=== Task to carry out ===
Search the data for the string "auto" and extract every line where it appears.

Dataset records Block Start

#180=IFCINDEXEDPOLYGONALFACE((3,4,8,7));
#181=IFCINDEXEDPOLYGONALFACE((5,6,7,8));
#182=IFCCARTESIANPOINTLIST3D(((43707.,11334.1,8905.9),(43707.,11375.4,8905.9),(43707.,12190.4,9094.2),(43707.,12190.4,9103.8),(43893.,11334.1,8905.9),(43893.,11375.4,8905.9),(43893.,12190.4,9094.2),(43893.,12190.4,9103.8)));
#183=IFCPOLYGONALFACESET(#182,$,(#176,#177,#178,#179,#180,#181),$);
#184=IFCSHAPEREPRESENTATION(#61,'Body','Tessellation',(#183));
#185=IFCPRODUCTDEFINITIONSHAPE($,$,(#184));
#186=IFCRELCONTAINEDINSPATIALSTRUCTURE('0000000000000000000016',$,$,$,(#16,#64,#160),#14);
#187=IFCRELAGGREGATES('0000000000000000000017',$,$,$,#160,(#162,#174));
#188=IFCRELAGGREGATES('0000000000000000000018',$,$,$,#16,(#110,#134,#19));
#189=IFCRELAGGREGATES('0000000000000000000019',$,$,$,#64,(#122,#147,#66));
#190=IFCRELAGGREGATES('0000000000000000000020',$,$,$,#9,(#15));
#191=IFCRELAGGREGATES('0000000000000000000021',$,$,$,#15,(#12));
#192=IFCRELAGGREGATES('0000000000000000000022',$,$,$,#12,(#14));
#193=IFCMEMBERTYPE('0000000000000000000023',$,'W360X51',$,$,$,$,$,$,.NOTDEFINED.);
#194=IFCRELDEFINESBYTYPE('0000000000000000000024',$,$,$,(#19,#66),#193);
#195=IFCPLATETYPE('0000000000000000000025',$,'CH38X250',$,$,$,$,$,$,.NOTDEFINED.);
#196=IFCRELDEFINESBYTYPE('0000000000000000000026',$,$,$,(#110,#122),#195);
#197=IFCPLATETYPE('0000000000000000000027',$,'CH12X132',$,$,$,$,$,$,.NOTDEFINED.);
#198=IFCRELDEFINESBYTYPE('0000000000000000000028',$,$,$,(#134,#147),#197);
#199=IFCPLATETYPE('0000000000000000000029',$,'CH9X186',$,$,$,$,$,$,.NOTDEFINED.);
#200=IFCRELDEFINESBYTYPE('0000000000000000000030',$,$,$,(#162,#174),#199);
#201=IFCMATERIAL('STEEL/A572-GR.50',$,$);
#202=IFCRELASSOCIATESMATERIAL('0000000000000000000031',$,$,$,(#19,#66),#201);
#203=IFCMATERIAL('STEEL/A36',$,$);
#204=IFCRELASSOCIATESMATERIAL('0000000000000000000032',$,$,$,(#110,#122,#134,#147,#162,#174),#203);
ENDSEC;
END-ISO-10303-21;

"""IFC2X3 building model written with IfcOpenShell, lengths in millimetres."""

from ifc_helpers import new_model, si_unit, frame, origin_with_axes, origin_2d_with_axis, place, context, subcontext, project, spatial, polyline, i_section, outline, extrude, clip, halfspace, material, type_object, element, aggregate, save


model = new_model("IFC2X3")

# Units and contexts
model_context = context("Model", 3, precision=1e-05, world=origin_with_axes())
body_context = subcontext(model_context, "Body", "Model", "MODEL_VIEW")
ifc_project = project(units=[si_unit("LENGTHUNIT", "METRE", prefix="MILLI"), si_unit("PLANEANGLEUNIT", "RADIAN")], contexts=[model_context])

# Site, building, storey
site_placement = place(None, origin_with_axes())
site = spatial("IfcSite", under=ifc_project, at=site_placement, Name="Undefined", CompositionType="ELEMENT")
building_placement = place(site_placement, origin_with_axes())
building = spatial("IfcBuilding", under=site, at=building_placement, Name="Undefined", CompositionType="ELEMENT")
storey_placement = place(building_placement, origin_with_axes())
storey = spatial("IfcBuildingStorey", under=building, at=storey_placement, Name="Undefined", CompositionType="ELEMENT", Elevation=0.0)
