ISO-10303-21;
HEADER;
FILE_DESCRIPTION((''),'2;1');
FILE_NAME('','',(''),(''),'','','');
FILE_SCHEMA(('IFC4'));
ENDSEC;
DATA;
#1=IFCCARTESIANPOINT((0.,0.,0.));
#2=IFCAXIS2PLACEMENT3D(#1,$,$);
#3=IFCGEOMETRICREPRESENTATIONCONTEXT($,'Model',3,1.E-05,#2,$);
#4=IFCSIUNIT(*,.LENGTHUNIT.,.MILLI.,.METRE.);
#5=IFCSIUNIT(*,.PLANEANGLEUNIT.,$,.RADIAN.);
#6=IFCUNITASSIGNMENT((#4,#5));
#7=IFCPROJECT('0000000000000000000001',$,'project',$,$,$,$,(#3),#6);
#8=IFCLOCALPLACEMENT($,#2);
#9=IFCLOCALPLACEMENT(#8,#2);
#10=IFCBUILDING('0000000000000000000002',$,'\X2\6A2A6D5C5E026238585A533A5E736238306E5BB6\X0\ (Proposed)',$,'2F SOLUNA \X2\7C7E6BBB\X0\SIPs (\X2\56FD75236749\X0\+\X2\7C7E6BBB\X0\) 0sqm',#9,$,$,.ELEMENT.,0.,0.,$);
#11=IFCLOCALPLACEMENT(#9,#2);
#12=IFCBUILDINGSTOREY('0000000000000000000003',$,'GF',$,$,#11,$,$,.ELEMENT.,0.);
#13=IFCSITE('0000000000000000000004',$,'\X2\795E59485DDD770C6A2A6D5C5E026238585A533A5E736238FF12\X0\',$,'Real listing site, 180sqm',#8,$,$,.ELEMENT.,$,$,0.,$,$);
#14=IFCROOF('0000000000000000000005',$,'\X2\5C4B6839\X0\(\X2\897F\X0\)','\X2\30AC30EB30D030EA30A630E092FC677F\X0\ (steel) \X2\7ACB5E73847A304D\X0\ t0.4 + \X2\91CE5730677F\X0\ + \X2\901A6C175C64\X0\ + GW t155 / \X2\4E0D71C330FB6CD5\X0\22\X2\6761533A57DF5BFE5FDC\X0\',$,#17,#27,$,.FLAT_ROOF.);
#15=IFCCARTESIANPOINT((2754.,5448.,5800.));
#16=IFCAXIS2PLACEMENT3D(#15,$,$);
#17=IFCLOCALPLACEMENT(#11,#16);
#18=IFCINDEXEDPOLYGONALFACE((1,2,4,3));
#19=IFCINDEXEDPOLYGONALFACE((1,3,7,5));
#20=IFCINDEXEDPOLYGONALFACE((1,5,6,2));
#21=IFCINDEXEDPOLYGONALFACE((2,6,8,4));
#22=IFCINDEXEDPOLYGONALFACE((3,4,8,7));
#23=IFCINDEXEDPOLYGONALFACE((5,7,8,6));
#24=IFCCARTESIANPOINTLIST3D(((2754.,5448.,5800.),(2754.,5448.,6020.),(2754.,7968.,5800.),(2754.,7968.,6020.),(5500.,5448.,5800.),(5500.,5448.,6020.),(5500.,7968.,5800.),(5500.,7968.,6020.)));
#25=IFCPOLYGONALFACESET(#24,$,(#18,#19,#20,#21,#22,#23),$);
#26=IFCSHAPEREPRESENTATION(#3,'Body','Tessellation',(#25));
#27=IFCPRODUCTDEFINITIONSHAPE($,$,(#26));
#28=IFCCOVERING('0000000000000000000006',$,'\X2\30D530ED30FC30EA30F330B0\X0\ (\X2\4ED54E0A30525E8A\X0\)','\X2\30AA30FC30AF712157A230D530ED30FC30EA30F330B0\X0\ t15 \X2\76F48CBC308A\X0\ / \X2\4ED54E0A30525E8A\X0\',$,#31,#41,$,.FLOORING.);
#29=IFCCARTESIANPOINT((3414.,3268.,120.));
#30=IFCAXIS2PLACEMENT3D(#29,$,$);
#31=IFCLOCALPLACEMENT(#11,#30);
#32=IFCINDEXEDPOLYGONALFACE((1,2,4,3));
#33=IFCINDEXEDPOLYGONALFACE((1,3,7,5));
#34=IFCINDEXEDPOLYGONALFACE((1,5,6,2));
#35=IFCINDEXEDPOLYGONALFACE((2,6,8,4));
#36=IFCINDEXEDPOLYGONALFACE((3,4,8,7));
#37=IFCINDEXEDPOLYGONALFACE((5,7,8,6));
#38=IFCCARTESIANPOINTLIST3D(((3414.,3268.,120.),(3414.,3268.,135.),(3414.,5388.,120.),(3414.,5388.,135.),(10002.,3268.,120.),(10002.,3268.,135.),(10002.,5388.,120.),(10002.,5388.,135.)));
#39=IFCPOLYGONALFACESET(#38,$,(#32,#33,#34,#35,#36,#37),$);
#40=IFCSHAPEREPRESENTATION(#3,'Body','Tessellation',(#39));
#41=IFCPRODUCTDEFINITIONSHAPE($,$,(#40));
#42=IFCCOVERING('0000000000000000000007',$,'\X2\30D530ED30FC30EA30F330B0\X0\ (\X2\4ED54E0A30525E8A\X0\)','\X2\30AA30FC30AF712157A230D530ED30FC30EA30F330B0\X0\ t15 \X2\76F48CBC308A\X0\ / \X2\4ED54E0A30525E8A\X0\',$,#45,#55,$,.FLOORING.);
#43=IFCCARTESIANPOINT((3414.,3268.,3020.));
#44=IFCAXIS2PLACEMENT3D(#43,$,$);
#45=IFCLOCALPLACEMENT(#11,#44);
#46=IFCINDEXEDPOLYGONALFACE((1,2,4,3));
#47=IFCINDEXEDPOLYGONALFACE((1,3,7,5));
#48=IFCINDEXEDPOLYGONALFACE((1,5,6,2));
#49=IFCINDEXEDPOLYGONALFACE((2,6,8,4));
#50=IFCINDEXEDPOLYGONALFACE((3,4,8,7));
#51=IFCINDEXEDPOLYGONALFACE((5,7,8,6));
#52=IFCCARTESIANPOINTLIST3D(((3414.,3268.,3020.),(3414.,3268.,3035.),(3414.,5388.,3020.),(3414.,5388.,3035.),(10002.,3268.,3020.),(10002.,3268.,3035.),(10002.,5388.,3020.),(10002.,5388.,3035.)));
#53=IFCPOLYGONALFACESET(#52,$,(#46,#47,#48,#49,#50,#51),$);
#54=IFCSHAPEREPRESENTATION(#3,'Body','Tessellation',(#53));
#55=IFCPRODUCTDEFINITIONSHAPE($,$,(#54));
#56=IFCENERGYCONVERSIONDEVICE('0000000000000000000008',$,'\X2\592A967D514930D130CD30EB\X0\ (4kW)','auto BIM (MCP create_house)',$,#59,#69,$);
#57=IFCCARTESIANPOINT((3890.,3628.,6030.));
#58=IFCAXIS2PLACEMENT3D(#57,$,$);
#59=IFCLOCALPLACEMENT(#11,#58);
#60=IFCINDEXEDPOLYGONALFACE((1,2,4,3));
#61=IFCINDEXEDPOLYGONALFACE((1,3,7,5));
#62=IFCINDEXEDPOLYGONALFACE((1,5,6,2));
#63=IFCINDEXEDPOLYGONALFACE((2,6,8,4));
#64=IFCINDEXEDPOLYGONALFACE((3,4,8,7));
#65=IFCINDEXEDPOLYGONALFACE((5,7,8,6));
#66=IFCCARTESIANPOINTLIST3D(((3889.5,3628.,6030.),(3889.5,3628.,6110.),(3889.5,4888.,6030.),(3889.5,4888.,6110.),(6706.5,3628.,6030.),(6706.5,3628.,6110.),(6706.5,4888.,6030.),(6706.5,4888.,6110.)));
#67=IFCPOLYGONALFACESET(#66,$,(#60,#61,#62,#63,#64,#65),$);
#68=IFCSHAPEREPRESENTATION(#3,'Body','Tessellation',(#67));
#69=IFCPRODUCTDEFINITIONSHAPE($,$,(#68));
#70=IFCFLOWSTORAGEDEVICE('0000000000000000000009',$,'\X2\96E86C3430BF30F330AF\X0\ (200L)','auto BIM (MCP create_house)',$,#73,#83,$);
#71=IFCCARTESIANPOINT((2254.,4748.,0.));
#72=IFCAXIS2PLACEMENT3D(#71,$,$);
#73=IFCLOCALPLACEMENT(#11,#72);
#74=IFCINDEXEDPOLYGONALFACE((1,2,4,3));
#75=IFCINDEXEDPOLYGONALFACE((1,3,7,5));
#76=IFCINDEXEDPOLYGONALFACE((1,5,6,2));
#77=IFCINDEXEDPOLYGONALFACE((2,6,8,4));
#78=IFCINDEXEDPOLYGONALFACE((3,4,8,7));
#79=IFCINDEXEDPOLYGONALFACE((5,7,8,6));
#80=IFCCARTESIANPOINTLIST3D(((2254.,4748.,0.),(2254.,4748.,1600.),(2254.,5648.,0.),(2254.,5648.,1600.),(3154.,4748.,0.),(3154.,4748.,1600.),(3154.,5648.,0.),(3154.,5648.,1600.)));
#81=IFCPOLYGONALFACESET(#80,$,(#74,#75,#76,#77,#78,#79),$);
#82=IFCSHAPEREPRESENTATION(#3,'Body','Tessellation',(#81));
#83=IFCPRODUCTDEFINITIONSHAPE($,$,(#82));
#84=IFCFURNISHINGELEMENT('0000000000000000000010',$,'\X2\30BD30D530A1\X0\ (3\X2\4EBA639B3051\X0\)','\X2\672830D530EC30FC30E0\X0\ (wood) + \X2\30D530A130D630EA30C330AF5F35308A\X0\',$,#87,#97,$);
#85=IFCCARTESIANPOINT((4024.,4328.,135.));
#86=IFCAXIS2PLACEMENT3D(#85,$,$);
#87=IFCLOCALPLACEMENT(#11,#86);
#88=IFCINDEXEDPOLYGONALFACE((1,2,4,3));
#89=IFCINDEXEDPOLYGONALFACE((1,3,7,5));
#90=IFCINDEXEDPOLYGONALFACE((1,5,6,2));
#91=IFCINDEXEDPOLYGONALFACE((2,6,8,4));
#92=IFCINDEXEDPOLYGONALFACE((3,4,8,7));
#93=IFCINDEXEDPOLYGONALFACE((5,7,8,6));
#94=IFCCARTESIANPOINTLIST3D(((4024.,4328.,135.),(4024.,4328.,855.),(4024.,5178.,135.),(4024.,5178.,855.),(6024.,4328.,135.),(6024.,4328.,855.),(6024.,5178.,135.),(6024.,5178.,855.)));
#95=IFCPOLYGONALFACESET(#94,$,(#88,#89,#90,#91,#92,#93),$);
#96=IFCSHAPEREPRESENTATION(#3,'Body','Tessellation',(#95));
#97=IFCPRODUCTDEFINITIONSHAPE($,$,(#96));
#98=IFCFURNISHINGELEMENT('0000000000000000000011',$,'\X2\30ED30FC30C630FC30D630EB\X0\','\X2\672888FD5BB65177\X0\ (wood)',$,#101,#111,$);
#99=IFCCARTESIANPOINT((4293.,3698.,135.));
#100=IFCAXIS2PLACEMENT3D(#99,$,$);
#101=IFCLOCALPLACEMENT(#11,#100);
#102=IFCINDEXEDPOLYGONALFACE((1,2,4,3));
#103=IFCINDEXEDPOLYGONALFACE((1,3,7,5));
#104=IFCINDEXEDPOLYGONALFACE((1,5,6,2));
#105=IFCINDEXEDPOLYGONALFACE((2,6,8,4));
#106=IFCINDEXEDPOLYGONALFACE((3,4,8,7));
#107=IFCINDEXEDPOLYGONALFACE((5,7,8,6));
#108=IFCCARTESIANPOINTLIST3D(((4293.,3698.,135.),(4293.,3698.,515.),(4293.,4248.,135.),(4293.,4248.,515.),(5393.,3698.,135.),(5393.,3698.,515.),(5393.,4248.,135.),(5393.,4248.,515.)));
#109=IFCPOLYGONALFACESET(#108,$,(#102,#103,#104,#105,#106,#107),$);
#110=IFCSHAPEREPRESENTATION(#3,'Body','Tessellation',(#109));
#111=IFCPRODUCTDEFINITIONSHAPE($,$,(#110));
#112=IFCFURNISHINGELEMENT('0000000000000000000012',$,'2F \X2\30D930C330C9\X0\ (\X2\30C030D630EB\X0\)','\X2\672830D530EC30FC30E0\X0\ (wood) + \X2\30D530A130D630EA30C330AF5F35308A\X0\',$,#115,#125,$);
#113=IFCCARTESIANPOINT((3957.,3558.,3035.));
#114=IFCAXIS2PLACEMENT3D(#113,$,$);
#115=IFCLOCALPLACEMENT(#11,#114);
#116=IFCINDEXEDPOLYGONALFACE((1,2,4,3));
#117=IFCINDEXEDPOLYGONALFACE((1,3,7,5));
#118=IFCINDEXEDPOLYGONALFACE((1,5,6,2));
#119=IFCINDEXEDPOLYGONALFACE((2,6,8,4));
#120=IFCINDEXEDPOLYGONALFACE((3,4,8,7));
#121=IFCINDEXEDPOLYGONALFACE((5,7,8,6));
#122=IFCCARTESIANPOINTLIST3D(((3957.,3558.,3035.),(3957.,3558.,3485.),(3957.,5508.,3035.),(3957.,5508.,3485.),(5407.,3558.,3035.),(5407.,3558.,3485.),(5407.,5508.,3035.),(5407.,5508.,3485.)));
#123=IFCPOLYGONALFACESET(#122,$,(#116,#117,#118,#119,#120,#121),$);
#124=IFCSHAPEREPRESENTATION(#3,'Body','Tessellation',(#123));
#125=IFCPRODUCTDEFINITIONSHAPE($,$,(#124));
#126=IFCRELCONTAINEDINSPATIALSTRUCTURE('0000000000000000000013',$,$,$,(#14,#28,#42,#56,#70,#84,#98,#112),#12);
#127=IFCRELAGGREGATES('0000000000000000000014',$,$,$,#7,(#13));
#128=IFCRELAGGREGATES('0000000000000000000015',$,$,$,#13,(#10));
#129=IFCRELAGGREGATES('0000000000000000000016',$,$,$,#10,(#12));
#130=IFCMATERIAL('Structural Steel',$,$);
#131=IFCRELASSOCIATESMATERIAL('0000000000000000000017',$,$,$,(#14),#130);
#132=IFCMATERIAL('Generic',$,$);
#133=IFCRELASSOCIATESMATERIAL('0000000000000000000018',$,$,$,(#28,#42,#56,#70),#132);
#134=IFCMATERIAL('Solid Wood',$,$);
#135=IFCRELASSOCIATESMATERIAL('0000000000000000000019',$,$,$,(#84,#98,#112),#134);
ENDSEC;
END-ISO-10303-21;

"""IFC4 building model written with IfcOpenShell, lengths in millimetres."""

from ifc_helpers import new_model, si_unit, frame, frame_2d, origin, place, context, project, spatial, rectangle, extrude, material, element, save


model = new_model("IFC4")

# Units and contexts
model_context = context("Model", 3, precision=1e-05, world=origin())
ifc_project = project(units=[si_unit("LENGTHUNIT", "METRE", prefix="MILLI"), si_unit("PLANEANGLEUNIT", "RADIAN")], contexts=[model_context])

# Site, building, storey
site_placement = place(None, origin())
site = spatial("IfcSite", under=ifc_project, at=site_placement, Name="神奈川県横浜市戸塚区平戸２", ObjectType="Real listing site, 180sqm", CompositionType="ELEMENT", RefElevation=0.0)
building_placement = place(site_placement, origin())
building = spatial("IfcBuilding", under=site, at=building_placement, Name="横浜市戸塚区平戸の家 (Proposed)", ObjectType="2F SOLUNA 籾殻SIPs (国産杉+籾殻) 0sqm", CompositionType="ELEMENT", ElevationOfRefHeight=0.0, ElevationOfTerrain=0.0)
storey_placement = place(building_placement, origin())
storey = spatial("IfcBuildingStorey", under=building, at=storey_placement, Name="GF", CompositionType="ELEMENT", Elevation=0.0)

# Shared definitions
ifc_material_1 = material(Name="Solid Wood")

# Roof
ifc_material_2 = material(Name="Structural Steel")
roof_1_placement = place(storey_placement, frame((2754.0, 5448.0, 5800.0)))
element("IfcRoof", 1, at=roof_1_placement, inside=storey, material=ifc_material_2, Name="屋根(西)", Description="ガルバリウム鋼板 (steel) 立平葺き t0.4 + 野地板 + 通気層 + GW t155 / 不燃・法22条区域対応", PredefinedType="FLAT_ROOF", context=model_context, shape_type="SweptSolid", body=[
    extrude(rectangle(XDim=2746.0, YDim=2520.0, at=frame_2d((1373.0, 1260.0))), frame((2754.0, 5448.0, 5800.0)), (0.0, 0.0, 1.0), 220.0),
])

# Coverings
ifc_material_3 = material(Name="Generic")
covering_1_placement = place(storey_placement, frame((3414.0, 3268.0, 120.0)))
element("IfcCovering", 2, at=covering_1_placement, inside=storey, material=ifc_material_3, Name="フローリング (仕上げ床)", Description="オーク無垢フローリング t15 直貼り / 仕上げ床", PredefinedType="FLOORING", context=model_context, shape_type="SweptSolid", body=[
    extrude(rectangle(XDim=6588.0, YDim=2120.0, at=frame_2d((3294.0, 1060.0))), frame((3414.0, 3268.0, 120.0)), (0.0, 0.0, 1.0), 15.0),
])
covering_2_placement = place(storey_placement, frame((3414.0, 3268.0, 3020.0)))
element("IfcCovering", 3, at=covering_2_placement, inside=storey, material=ifc_material_3, Name="フローリング (仕上げ床)", Description="オーク無垢フローリング t15 直貼り / 仕上げ床", PredefinedType="FLOORING", context=model_context, shape_type="SweptSolid", body=[
    extrude(rectangle(XDim=6588.0, YDim=2120.0, at=frame_2d((3294.0, 1060.0))), frame((3414.0, 3268.0, 3020.0)), (0.0, 0.0, 1.0), 15.0),
])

Dataset records Block End

=== Result of this exercise ===
#56=IFCENERGYCONVERSIONDEVICE('0000000000000000000008',$,'\X2\592A967D514930D130CD30EB\X0\ (4kW)','auto BIM (MCP create_house)',$,#59,#69,$);
#70=IFCFLOWSTORAGEDEVICE('0000000000000000000009',$,'\X2\96E86C3430BF30F330AF\X0\ (200L)','auto BIM (MCP create_house)',$,#73,#83,$);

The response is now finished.